§ **Task instructions**:
Copy every line of the data that includes the string "NOTDEFINED".

/---

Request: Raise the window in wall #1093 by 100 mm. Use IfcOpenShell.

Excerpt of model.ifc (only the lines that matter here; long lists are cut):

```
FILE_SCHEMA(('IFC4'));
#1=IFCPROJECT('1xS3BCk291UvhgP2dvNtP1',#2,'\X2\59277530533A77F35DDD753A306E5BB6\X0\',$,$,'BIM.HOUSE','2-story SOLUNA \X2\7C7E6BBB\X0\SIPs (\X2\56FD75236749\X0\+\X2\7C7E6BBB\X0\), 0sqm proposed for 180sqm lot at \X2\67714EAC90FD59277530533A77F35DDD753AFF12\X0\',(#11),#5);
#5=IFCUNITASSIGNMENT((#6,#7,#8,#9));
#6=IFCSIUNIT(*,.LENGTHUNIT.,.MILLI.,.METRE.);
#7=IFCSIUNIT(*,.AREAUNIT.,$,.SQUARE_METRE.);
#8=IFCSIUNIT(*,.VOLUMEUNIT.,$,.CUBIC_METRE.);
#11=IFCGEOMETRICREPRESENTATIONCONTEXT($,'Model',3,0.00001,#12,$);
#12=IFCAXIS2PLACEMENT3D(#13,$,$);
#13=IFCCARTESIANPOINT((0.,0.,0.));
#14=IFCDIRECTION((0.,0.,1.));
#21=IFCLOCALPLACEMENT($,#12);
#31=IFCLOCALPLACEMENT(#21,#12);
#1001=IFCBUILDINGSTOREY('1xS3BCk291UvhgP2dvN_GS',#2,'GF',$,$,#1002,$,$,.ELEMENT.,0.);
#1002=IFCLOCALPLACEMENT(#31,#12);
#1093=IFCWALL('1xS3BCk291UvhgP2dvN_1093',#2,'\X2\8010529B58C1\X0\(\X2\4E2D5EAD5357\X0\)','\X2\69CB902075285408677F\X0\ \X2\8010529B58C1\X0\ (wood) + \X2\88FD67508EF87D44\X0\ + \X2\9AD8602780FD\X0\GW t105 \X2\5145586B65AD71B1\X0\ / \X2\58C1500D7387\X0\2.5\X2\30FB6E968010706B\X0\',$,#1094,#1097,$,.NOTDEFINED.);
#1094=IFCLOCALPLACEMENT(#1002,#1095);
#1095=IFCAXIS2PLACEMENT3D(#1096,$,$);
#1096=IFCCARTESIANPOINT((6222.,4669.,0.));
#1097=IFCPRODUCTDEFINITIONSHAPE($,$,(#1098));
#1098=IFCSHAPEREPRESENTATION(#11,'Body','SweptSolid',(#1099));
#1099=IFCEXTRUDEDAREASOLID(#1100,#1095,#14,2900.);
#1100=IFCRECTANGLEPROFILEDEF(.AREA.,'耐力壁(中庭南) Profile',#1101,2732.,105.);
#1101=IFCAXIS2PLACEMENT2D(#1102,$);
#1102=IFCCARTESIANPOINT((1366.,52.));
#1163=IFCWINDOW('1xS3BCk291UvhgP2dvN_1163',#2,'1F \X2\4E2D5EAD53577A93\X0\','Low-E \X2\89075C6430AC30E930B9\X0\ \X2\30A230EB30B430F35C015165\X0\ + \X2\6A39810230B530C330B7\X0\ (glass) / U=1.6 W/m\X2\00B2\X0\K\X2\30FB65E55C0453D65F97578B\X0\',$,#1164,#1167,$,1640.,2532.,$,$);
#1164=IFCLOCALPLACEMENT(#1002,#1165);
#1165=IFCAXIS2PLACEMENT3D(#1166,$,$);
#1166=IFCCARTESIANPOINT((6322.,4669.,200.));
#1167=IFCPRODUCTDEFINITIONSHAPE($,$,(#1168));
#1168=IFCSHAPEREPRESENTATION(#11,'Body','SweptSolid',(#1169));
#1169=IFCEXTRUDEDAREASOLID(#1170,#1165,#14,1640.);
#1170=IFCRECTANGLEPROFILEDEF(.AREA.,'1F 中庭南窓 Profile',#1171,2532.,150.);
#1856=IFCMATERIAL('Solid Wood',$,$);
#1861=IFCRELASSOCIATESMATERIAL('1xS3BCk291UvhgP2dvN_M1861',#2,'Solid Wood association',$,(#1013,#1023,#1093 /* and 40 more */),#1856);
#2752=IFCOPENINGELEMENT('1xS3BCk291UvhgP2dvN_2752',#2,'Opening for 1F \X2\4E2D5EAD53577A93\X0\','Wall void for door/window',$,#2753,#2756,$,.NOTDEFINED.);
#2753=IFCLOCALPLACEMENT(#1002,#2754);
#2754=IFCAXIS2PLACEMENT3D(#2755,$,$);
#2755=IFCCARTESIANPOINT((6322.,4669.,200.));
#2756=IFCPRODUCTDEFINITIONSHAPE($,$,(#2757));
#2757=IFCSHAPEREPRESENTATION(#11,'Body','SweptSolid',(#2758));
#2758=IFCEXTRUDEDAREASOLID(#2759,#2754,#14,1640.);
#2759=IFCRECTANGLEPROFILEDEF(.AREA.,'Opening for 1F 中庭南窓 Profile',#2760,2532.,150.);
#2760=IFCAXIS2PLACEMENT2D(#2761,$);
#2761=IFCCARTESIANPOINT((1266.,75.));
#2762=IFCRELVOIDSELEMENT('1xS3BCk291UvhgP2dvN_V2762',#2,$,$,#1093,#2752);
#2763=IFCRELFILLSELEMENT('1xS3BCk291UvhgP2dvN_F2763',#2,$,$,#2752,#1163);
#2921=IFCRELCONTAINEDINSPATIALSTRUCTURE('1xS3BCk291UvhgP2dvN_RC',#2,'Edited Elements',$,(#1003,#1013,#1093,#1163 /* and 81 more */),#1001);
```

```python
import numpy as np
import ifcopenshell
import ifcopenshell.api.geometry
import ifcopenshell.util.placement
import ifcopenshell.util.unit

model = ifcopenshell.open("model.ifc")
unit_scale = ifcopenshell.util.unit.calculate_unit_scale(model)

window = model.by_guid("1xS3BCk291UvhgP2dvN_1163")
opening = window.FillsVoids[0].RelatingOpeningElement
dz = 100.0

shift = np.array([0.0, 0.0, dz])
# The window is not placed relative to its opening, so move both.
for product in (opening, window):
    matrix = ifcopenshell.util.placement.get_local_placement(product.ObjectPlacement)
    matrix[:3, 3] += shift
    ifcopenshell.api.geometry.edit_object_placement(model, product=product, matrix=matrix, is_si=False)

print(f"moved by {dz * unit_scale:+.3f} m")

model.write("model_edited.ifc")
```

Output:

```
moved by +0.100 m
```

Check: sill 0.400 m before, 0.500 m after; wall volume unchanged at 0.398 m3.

\---

§ **Answer to the problem**:
#1093=IFCWALL('1xS3BCk291UvhgP2dvN_1093',#2,'\X2\8010529B58C1\X0\(\X2\4E2D5EAD5357\X0\)','\X2\69CB902075285408677F\X0\ \X2\8010529B58C1\X0\ (wood) + \X2\88FD67508EF87D44\X0\ + \X2\9AD8602780FD\X0\GW t105 \X2\5145586B65AD71B1\X0\ / \X2\58C1500D7387\X0\2.5\X2\30FB6E968010706B\X0\',$,#1094,#1097,$,.NOTDEFINED.);
#2752=IFCOPENINGELEMENT('1xS3BCk291UvhgP2dvN_2752',#2,'Opening for 1F \X2\4E2D5EAD53577A93\X0\','Wall void for door/window',$,#2753,#2756,$,.NOTDEFINED.);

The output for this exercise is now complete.